# You ever force out a loud fart in public and pretend it wasn't you?



## WillYouStopDave (Jul 14, 2013)

Well?


----------



## Stilla (May 13, 2009)

No.










Heard two different coworkers do it in the last couple days though.


----------



## WillYouStopDave (Jul 14, 2013)

:lol

60 views, 100% no and one reply.

The mere mention of a fart just has a magical capacity to instantly create that awkward silence.


----------



## joked35 (Oct 13, 2013)

Who the hell starts a conversation like this?! Not including you lol


----------



## Mr Bacon (Mar 10, 2012)

I've done it, though the fart wasn't exactly noisy on purpose. I thought it would've been barely audible, but it ended being a little too loud for my taste. We were in a classroom and my buddies heard it, questioning it's origin - so I just casually pointed my finger at some guy right behind me (who happened to be THE big loser of the class, which played in my favor... hehe).


----------



## ineverwipe (Jun 16, 2013)

Lol nah. That would be pretty funny though


----------



## straightarrows (Jun 18, 2010)

NO! ewwww


----------



## Sinatra (Mar 13, 2013)

Lol honestly I've thought about doing it this one time just cause I was bored, but that would be too embarrassing I could never do that lol


----------



## blue2 (May 20, 2013)

Mr Bacon said:


> I've done it, though the fart wasn't exactly noisy on purpose. I thought it would've been barely audible, but it ended being a little too loud for my taste.
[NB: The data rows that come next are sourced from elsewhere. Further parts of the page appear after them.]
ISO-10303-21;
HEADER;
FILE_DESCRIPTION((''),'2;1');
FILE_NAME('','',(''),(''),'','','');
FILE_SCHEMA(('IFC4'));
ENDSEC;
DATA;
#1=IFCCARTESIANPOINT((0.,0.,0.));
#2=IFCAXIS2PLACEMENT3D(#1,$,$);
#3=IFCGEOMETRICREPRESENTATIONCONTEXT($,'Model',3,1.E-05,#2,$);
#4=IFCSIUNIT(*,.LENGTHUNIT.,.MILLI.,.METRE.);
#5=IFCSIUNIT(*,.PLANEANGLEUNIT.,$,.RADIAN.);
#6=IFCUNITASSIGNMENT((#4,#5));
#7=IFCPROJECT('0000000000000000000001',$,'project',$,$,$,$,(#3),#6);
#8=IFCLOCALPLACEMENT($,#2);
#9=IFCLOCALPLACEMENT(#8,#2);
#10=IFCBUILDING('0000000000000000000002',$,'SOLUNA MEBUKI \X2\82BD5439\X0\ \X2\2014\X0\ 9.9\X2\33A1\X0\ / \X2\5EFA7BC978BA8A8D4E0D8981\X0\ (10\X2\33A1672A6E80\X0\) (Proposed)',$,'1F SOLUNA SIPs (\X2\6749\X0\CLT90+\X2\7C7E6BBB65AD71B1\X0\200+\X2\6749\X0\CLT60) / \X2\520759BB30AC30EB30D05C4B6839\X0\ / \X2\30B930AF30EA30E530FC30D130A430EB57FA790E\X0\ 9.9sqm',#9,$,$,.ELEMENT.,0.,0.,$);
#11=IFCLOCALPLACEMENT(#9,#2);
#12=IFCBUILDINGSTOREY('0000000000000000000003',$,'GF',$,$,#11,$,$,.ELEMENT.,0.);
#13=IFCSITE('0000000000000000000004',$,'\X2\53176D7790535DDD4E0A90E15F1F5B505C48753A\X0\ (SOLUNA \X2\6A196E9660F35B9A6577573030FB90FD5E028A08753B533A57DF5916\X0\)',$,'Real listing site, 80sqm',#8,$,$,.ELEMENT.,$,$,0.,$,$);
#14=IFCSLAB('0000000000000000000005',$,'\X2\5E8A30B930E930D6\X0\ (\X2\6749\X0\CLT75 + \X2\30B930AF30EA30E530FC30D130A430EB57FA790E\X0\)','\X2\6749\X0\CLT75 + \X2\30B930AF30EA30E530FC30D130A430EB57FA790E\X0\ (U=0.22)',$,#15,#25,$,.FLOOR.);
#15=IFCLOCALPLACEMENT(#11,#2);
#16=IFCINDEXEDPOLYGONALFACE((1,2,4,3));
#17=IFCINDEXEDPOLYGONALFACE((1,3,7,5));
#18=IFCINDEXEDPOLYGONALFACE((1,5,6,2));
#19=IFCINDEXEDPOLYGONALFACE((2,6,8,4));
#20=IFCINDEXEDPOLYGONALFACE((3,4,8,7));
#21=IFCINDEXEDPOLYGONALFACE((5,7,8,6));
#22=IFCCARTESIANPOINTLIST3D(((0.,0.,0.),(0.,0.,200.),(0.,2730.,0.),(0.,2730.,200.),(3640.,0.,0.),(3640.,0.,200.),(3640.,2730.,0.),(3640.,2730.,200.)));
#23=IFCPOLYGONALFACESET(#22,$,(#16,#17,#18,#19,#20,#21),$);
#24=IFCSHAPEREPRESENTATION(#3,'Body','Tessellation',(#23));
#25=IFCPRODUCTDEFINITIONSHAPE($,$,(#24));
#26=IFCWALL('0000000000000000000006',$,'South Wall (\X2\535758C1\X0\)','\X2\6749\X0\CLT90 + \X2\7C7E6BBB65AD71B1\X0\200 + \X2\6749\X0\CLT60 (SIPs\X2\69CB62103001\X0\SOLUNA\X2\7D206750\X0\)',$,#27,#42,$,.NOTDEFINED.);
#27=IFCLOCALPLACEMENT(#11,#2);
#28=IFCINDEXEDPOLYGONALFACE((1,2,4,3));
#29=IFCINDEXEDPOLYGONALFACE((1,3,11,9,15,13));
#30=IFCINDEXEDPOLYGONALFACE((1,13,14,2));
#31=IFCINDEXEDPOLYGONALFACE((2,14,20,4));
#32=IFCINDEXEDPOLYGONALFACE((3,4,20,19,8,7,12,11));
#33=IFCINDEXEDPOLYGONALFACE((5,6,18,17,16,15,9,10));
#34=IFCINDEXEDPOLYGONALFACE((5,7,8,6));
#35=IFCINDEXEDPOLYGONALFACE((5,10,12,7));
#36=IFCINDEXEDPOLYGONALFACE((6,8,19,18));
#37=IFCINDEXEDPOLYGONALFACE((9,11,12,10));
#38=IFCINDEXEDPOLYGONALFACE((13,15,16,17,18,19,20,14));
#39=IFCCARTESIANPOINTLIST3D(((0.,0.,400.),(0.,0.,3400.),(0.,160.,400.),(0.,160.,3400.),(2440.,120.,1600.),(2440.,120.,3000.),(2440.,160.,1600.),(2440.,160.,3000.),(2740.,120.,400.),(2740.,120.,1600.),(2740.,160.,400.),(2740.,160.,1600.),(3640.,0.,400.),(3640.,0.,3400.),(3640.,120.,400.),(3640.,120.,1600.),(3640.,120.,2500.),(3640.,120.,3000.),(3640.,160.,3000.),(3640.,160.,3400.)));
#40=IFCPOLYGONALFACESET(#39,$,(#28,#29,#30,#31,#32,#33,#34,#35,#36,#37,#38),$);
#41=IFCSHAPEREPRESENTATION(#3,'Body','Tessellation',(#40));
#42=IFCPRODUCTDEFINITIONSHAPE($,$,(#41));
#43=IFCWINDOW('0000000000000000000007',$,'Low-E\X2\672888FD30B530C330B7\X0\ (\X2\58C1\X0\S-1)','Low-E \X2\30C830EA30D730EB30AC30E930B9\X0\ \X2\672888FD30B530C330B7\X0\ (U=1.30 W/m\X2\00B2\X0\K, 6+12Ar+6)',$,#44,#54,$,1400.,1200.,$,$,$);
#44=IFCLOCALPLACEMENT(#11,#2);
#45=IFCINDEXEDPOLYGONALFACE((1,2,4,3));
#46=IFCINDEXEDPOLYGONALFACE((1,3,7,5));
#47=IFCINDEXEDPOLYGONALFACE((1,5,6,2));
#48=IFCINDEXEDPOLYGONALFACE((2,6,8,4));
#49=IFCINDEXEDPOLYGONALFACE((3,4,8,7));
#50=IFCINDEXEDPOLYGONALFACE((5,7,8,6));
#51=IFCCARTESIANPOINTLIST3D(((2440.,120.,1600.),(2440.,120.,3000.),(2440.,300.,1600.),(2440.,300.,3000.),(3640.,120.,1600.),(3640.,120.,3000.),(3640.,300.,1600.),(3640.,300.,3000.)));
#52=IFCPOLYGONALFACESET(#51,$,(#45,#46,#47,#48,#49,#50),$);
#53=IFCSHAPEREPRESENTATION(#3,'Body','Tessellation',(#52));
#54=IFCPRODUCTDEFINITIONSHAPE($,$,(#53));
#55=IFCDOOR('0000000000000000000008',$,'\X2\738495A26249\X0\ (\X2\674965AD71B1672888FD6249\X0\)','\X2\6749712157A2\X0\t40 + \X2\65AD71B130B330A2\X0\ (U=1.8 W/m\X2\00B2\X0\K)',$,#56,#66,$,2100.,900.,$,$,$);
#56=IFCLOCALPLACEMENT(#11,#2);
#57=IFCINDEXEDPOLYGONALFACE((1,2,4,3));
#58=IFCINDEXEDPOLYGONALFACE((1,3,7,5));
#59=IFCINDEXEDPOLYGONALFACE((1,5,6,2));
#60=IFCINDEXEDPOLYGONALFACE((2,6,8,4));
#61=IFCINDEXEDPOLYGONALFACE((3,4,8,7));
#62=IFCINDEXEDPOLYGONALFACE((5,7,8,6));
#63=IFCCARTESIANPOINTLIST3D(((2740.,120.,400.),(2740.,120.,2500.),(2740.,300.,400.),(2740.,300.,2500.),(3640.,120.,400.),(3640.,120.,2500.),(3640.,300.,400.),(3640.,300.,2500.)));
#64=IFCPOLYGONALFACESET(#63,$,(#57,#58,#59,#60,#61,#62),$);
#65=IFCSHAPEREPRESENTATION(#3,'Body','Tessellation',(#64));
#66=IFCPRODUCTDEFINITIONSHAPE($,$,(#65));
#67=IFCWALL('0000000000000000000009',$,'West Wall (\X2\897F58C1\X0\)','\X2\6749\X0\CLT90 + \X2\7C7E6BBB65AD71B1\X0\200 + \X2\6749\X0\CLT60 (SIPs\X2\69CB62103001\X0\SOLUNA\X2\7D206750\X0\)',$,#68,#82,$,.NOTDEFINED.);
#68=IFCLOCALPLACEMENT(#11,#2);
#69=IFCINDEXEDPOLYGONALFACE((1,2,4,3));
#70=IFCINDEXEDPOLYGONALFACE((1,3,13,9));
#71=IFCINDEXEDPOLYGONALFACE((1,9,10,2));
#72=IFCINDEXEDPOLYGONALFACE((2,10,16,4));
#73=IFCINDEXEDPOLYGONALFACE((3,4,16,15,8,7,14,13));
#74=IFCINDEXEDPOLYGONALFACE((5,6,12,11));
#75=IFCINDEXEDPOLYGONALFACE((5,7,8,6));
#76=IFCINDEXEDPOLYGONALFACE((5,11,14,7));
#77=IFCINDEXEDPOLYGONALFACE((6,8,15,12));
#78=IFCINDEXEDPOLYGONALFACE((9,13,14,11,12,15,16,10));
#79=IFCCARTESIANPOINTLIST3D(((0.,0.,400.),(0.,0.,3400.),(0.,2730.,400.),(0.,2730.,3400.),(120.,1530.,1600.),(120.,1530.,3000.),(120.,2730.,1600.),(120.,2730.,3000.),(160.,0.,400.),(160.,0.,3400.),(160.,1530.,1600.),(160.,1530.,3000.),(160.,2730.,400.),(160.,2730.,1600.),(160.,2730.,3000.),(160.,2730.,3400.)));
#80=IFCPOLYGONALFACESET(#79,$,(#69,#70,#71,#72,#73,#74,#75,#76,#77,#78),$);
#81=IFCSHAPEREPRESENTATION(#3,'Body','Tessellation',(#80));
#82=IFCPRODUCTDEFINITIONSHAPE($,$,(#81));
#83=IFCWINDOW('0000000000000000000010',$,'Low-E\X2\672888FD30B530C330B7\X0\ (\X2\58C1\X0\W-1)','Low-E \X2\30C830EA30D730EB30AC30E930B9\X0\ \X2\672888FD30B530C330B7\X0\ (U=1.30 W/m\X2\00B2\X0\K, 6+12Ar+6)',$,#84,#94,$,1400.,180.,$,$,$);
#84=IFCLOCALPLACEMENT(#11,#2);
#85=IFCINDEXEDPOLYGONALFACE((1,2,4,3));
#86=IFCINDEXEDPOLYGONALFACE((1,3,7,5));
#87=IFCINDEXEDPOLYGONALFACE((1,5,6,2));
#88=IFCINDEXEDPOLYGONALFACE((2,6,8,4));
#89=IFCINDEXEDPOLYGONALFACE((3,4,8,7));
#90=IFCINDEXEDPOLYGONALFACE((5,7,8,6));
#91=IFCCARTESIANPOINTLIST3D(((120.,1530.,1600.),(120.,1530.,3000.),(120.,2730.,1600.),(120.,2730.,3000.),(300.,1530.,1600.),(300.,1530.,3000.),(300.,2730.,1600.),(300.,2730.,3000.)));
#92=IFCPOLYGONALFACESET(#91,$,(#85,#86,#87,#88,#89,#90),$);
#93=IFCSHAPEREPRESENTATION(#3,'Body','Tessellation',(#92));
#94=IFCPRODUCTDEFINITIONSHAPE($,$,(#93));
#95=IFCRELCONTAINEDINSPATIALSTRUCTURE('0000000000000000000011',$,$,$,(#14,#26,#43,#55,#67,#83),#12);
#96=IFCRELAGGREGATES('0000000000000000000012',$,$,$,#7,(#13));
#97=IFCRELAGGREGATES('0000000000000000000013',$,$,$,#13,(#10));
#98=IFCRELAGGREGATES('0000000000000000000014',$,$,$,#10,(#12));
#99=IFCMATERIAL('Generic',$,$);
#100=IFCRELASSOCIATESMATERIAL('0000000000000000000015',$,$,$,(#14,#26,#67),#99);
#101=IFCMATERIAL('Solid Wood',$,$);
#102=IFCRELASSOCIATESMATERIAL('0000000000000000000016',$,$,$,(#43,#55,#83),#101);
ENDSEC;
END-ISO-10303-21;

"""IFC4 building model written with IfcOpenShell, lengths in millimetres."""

from ifc_helpers import new_model, si_unit, frame, frame_2d, origin, place, context, project, spatial, rectangle, extrude, material, element, fill, save


model = new_model("IFC4")

# Units and contexts
model_context = context("Model", 3, precision=1e-05, world=origin())
ifc_project = project(units=[si_unit("LENGTHUNIT", "METRE", prefix="MILLI"), si_unit("PLANEANGLEUNIT", "RADIAN")], contexts=[model_context])

# Site, building, storey
site_placement = place(None, origin())
site = spatial("IfcSite", under=ifc_project, at=site_placement, Name="北海道川上郡弟子屈町 (SOLUNA 標準想定敷地・都市計画区域外)", ObjectType="Real listing site, 80sqm", CompositionType="ELEMENT", RefElevation=0.0)
building_placement = place(site_placement, origin())
building = spatial("IfcBuilding", under=site, at=building_placement, Name="SOLUNA MEBUKI 芽吹 — 9.9㎡ / 建築確認不要 (10㎡未満) (Proposed)", ObjectType="1F SOLUNA SIPs (杉CLT90+籾殻断熱200+杉CLT60) / 切妻ガルバ屋根 / スクリューパイル基礎 9.9sqm", CompositionType="ELEMENT", ElevationOfRefHeight=0.0, ElevationOfTerrain=0.0)
storey_placement = place(building_placement, origin())
storey = spatial("IfcBuildingStorey", under=building, at=storey_placement, Name="GF", CompositionType="ELEMENT", Elevation=0.0)

# Slab
ifc_material_1 = material(Name="Generic")
slab_placement = place(storey_placement, origin())
element("IfcSlab", 1, at=slab_placement, inside=storey, material=ifc_material_1, Name="床スラブ (杉CLT75 + スクリューパイル基礎)", Description="杉CLT75 + スクリューパイル基礎 (U=0.22)", PredefinedType="FLOOR", context=model_context, shape_type="SweptSolid", body=[
    extrude(rectangle(XDim=3640.0, YDim=2730.0, at=frame_2d((1820.0, 1365.0))), origin(), (0.0, 0.0, 1.0), 200.0),
])

# Wall, openings, window, door
wall_1_placement = place(storey_placement, frame((0.0, 0.0, 200.0)))
wall_1 = element("IfcWall", 2, at=wall_1_placement, inside=storey, material=ifc_material_1, Name="South Wall (南壁)", Description="杉CLT90 + 籾殻断熱200 + 杉CLT60 (SIPs構成、SOLUNA素材)", PredefinedType="NOTDEFINED", context=model_context, shape_type="SweptSolid", body=[
    extrude(rectangle(XDim=3640.0, YDim=160.0, at=frame_2d((1820.0, 80.0))), frame((0.0, 0.0, 200.0)), (0.0, 0.0, 1.0), 3000.0),
])
opening_1_placement = place(storey_placement, frame((1220.0, 60.0, 800.0)))
opening_1 = element("IfcOpeningElement", 3, at=opening_1_placement, cuts=wall_1, PredefinedType="NOTDEFINED", context=model_context, shape_type="SweptSolid", body=[
    extrude(rectangle(XDim=1200.0, YDim=180.0, at=frame_2d((600.0, 90.0))), frame((1220.0, 60.0, 800.0)), (0.0, 0.0, 1.0), 1400.0),
])
opening_2_placement = place(storey_placement, frame((1370.0, 60.0, 200.0)))
opening_2 = element("IfcOpeningElement", 4, at=opening_2_placement, cuts=wall_1, PredefinedType="NOTDEFINED", context=model_context, shape_type="SweptSolid", body=[
    extrude(rectangle(XDim=900.0, YDim=180.0, at=frame_2d((450.0, 90.0))), frame((1370.0, 60.0, 200.0)), (0.0, 0.0, 1.0), 2100.0),
])
ifc_material_2 = material(Name="Solid Wood")
window_1_placement = place(storey_placement, frame((1220.0, 60.0, 800.0)))
window_1 = element("IfcWindow", 5, at=window_1_placement, inside=storey, material=ifc_material_2, Name="Low-E木製サッシ (壁S-1)", Description="Low-E トリプルガラス 木製サッシ (U=1.30 W/m²K, 6+12Ar+6)", OverallHeight=1400.0, OverallWidth=1200.0, context=model_context, shape_type="SweptSolid", body=[
    extrude(rectangle(XDim=1200.0, YDim=180.0, at=frame_2d((600.0, 90.0))), frame((1220.0, 60.0, 800.0)), (0.0, 0.0, 1.0), 1400.0),
])
fill(opening_1, window_1)
door_placement = place(storey_placement, frame((1370.0, 60.0, 200.0)))
door = element("IfcDoor", 6, at=door_placement, inside=storey, material=ifc_material_2, Name="玄関扉 (杉断熱木製扉)", Description="杉無垢t40 + 断熱コア (U=1.8 W/m²K)", OverallHeight=2100.0, OverallWidth=900.0, context=model_context, shape_type="SweptSolid", body=[
    extrude(rectangle(XDim=900.0, YDim=180.0, at=frame_2d((450.0, 90.0))), frame((1370.0, 60.0, 200.0)), (0.0, 0.0, 1.0), 2100.0),
])
fill(opening_2, door)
We were in a classroom and my buddies heard it, questioning it's origin - so I just casually pointed my finger at some guy right behind me (who happened to be THE big loser of the class, which played in my favor... hehe).


lol...Mr Bacon i won't leave you hanging on the 1 yes vote...i'll join...


----------



## Roadkill1337 (Sep 16, 2013)

I've never done it around people I don't know, but my friends and I did it occasionally. We'd try to pin it on each other because we thought it was funny.


----------



## ASB20 (Jun 5, 2013)

Hey man, sometimes the fart can't wait.


----------



## Diacetylmorphine (Mar 9, 2011)

I Accidentally let one rip when I was pissing at a urinal once. I assumed I could let one out quietly while simultaneously emptying my bladder. But it was harder than I thought....


----------



## Cronos (Mar 31, 2013)

If you can feel a big fart coming, let it out in small increments.


----------



## Lacking Serotonin (Nov 18, 2012)

I always fart when no one is around.


----------



## komorikun (Jan 11, 2009)

It comes out accidentally sometimes as I'm walking. This is happening more with age too. I'm becoming my dad.....god help me. :afr I've farted in a few people's faces.


----------



## coeur_brise (Oct 7, 2004)

Not me, but I know someone who has. She didn't hide it though, even admitted it to the stranger who smelt it, or so she told me. It wasn't loud. very silent but deadly.


----------



## tbyrfan (Feb 24, 2011)

The guy sitting behind me at my 8 am class farted really loudly in class today. Thankfully, everyone knew it was him, so they all looked at him. 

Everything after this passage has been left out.